*** Opening Input for this task ***
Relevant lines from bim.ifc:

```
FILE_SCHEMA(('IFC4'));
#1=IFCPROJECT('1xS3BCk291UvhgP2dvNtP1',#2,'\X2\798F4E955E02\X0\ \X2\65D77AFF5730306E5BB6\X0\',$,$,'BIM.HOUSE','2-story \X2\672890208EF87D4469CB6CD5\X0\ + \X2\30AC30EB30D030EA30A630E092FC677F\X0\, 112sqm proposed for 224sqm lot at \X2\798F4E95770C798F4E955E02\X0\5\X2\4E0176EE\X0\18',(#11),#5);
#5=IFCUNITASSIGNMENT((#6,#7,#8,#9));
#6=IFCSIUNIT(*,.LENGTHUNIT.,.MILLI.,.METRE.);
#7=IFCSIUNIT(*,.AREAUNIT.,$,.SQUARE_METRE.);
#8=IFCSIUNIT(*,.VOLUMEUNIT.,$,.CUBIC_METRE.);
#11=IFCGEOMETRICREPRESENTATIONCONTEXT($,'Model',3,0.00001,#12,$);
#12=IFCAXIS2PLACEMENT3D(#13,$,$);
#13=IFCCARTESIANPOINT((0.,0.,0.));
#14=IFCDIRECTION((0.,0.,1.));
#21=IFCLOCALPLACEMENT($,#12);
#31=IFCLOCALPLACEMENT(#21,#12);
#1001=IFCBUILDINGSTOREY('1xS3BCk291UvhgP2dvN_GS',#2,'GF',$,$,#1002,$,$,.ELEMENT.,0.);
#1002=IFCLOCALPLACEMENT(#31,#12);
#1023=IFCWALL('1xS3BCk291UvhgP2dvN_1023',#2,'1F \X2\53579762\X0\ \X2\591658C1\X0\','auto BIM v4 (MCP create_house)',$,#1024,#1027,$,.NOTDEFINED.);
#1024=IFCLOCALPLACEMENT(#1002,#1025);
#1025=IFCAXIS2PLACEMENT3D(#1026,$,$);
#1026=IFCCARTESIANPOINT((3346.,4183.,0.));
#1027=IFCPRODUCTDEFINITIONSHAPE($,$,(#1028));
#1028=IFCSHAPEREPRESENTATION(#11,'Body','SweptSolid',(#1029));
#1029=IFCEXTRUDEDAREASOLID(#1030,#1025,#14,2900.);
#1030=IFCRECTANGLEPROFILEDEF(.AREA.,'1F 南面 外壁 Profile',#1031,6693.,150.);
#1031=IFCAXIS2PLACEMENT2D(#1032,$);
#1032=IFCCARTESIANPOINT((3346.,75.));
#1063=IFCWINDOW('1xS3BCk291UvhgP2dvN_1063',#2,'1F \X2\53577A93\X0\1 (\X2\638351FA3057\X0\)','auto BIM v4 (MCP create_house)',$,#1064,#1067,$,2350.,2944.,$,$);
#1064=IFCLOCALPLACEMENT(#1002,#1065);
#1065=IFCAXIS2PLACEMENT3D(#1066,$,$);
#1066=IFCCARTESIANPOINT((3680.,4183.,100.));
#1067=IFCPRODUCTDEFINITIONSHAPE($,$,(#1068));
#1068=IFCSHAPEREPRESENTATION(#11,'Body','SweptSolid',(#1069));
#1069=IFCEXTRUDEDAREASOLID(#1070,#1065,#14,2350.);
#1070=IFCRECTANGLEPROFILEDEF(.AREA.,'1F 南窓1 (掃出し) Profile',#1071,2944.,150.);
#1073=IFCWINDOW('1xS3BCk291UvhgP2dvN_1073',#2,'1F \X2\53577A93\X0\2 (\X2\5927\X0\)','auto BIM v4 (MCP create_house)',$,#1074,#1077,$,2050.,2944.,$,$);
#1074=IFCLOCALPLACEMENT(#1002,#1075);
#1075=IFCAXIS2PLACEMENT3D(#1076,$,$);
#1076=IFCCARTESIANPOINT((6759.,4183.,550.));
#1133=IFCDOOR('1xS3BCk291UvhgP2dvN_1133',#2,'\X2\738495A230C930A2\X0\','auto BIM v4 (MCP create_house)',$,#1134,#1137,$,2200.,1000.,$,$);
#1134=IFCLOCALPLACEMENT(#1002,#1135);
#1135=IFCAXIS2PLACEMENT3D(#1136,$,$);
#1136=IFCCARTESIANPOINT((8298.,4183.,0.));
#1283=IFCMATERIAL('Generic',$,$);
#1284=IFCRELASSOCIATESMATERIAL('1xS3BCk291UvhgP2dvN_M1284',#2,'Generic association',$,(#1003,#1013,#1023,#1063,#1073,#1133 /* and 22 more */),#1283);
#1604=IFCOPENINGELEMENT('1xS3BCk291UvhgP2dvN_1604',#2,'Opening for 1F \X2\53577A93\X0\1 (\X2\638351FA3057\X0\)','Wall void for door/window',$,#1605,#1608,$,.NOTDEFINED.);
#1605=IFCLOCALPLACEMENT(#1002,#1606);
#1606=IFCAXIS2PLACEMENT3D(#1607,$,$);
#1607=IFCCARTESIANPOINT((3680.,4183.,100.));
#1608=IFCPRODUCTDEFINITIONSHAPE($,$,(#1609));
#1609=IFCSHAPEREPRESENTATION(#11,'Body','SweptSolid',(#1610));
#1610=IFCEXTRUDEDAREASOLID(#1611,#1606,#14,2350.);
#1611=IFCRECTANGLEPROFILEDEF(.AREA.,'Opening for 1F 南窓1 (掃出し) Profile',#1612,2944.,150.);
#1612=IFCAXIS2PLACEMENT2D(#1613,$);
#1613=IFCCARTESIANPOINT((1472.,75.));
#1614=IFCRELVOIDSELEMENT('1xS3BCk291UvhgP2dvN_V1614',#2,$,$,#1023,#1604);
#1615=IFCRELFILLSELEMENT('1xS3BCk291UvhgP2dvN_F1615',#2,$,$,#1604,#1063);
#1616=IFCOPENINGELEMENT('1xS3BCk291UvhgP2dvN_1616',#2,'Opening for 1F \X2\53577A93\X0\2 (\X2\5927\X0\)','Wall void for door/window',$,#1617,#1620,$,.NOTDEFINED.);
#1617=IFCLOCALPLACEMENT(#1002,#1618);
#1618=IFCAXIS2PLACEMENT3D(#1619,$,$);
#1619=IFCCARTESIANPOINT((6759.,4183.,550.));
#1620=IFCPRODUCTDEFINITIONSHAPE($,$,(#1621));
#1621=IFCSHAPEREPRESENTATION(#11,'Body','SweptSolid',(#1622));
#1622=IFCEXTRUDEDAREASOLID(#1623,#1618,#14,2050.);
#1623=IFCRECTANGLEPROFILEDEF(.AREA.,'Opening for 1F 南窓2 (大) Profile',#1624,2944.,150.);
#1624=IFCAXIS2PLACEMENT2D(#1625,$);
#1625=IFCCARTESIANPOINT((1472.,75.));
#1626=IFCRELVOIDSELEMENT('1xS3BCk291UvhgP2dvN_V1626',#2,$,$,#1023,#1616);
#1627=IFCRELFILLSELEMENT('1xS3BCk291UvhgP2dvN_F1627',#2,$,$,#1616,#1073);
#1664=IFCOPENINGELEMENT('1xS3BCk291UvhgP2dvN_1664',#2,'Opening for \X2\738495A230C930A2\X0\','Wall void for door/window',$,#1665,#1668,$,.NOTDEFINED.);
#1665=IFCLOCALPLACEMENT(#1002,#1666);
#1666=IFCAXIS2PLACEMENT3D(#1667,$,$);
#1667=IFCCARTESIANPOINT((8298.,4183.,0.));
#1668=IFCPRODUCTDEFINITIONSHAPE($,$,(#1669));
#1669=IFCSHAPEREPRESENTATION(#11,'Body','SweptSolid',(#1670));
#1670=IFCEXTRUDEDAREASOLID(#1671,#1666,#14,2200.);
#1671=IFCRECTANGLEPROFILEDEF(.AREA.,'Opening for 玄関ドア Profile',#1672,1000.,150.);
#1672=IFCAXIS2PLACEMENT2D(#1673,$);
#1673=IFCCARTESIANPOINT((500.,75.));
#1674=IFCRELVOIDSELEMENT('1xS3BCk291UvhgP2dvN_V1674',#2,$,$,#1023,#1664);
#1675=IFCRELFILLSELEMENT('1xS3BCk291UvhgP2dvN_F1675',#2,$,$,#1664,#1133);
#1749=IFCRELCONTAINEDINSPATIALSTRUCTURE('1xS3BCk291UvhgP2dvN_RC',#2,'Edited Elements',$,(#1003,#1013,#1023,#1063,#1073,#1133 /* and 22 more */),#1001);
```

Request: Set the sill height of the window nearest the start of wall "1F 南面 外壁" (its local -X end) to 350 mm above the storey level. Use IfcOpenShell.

```python
import numpy as np
import ifcopenshell
import ifcopenshell.api.geometry
import ifcopenshell.geom
import ifcopenshell.util.element
import ifcopenshell.util.placement
import ifcopenshell.util.shape
import ifcopenshell.util.unit

model = ifcopenshell.open("bim.ifc")
unit_scale = ifcopenshell.util.unit.calculate_unit_scale(model)

window = model.by_guid("1xS3BCk291UvhgP2dvN_1063")
opening = window.FillsVoids[0].RelatingOpeningElement
storey = ifcopenshell.util.element.get_container(window, ifc_class="IfcBuildingStorey")
level = ifcopenshell.util.placement.get_local_placement(storey.ObjectPlacement)[2, 3]

# The opening's origin need not be at the sill, so measure its lowest point.
shape = ifcopenshell.geom.create_shape(ifcopenshell.geom.settings(), opening)
bottom = ifcopenshell.util.shape.get_shape_bottom_elevation(shape, shape.geometry) / unit_scale
dz = level + 350.0 - bottom

shift = np.array([0.0, 0.0, dz])
# The window is not placed relative to its opening, so move both.
for product in (opening, window):
    matrix = ifcopenshell.util.placement.get_local_placement(product.ObjectPlacement)
    matrix[:3, 3] += shift
    ifcopenshell.api.geometry.edit_object_placement(model, product=product, matrix=matrix, is_si=False)

print(f"moved by {dz * unit_scale:+.3f} m")

model.write("bim_updated.ifc")
```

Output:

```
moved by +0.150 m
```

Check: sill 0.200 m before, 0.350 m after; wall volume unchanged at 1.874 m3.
*** Closing Input for this task ***
▶ _Activity_
Working through the records above, copy each line in which "IFCWINDOW" is found.

▶ _Exercise solution_
#1063=IFCWINDOW('1xS3BCk291UvhgP2dvN_1063',#2,'1F \X2\53577A93\X0\1 (\X2\638351FA3057\X0\)','auto BIM v4 (MCP create_house)',$,#1064,#1067,$,2350.,2944.,$,$);
#1073=IFCWINDOW('1xS3BCk291UvhgP2dvN_1073',#2,'1F \X2\53577A93\X0\2 (\X2\5927\X0\)','auto BIM v4 (MCP create_house)',$,#1074,#1077,$,2050.,2944.,$,$);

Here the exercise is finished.